In a method reaching back to Jensen (1969), most studies of performance evaluation run separate regressions to obtain the estimates for alphas and standard errors. By following this approach, each fund is treated as a distinct entity and has a fund specific alpha. This is analogous to the fixed effects model in panel regressions where a nonrandom intercept is assumed for each subject. We depart from the extant literature by proposing a “random effects” counterpart of the performance evaluation model (referred as the random alpha model). In particular, we assume that fund i’s alpha i is drawn independently from a common distribution. There are many reasons for us to consider the random alpha model. First, the fund data that researchers use (particularly, hedge fund data) are likely to only cover a fraction of the entire population of funds. Therefore, with the usual caveats about sample selection in mind, it makes sense to make inference on this underlying population rather than just focusing on the available fund data. This is also one of the situations where a random effects setup is preferred over a fixed effects setup in panel regression models.

Second, our random alpha model provides a structural approach to study the distribution of fund alphas. It not only provides estimates for the quantities that are economically important (e.g., the 5th percentile of alphas, the fraction of positive alphas), but also provides standard errors for these estimates by taking into account various sources of parameter uncertainty, in particular the uncertainty in the estimation of alphas.

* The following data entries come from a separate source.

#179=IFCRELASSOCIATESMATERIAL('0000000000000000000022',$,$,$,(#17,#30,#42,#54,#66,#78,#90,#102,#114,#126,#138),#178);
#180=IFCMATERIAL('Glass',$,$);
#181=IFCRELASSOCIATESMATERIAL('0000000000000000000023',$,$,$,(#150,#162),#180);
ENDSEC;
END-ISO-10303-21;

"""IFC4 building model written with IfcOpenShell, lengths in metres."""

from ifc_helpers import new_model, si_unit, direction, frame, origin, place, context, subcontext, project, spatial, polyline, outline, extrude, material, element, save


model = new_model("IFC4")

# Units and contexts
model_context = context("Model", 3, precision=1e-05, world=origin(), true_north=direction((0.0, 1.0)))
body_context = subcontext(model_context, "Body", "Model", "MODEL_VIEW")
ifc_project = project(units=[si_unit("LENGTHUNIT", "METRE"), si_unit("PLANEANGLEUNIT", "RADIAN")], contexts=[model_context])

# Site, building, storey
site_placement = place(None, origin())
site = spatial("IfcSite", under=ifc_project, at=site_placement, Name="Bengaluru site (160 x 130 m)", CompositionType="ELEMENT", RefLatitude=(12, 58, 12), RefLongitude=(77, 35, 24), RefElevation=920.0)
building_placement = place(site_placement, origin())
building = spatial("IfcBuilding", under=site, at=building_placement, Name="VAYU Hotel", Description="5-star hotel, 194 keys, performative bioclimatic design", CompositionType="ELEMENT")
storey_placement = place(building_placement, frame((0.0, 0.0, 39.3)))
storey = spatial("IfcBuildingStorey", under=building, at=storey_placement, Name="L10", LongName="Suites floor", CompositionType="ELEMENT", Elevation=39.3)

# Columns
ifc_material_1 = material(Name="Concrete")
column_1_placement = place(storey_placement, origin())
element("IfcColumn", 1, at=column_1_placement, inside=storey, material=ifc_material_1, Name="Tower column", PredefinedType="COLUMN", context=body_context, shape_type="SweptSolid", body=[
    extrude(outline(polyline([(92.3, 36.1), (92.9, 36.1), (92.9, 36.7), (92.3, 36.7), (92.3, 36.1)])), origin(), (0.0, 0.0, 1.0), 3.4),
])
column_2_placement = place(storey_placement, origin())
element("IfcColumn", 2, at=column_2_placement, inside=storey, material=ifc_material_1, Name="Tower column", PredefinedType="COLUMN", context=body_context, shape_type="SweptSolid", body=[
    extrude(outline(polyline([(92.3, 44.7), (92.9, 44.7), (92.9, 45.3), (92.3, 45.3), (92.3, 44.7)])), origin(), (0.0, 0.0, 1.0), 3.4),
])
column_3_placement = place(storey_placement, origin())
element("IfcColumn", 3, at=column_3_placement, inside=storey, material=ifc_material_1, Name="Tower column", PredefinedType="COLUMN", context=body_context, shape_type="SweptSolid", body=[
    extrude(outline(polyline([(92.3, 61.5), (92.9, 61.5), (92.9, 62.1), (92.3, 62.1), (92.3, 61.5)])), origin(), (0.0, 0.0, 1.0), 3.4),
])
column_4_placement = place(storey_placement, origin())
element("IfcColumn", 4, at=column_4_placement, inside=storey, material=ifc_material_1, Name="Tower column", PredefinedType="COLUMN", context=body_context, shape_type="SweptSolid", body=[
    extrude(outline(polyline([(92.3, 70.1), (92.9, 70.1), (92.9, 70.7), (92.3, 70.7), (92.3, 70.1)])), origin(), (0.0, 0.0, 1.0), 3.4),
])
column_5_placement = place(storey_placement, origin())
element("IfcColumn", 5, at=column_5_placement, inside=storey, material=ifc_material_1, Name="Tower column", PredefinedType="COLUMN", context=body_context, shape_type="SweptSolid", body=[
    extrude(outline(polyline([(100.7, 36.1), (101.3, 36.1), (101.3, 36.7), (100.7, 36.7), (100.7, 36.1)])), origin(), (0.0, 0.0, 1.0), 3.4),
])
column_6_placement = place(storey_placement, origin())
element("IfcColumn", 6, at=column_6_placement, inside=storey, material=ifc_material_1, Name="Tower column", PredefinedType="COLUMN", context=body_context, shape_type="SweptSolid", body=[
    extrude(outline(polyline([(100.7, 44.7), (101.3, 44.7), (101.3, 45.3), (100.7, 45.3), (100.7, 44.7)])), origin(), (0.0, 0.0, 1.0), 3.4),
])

Currently, there are three main approaches to performance evaluation, each having its own shortcomings. In the first method, fund-level OLS are run in the first stage and hypothesis tests are performed in the second stage. The regression t-statistics are obtained for each fund and used to test its statistical significance. Adjustments are sometimes used for test multiplicity. Recent papers that follow this approach include Barras et al. (2010), Fama and French (2010), Ferson and Chen (2015), and Harvey and Liu (2015a).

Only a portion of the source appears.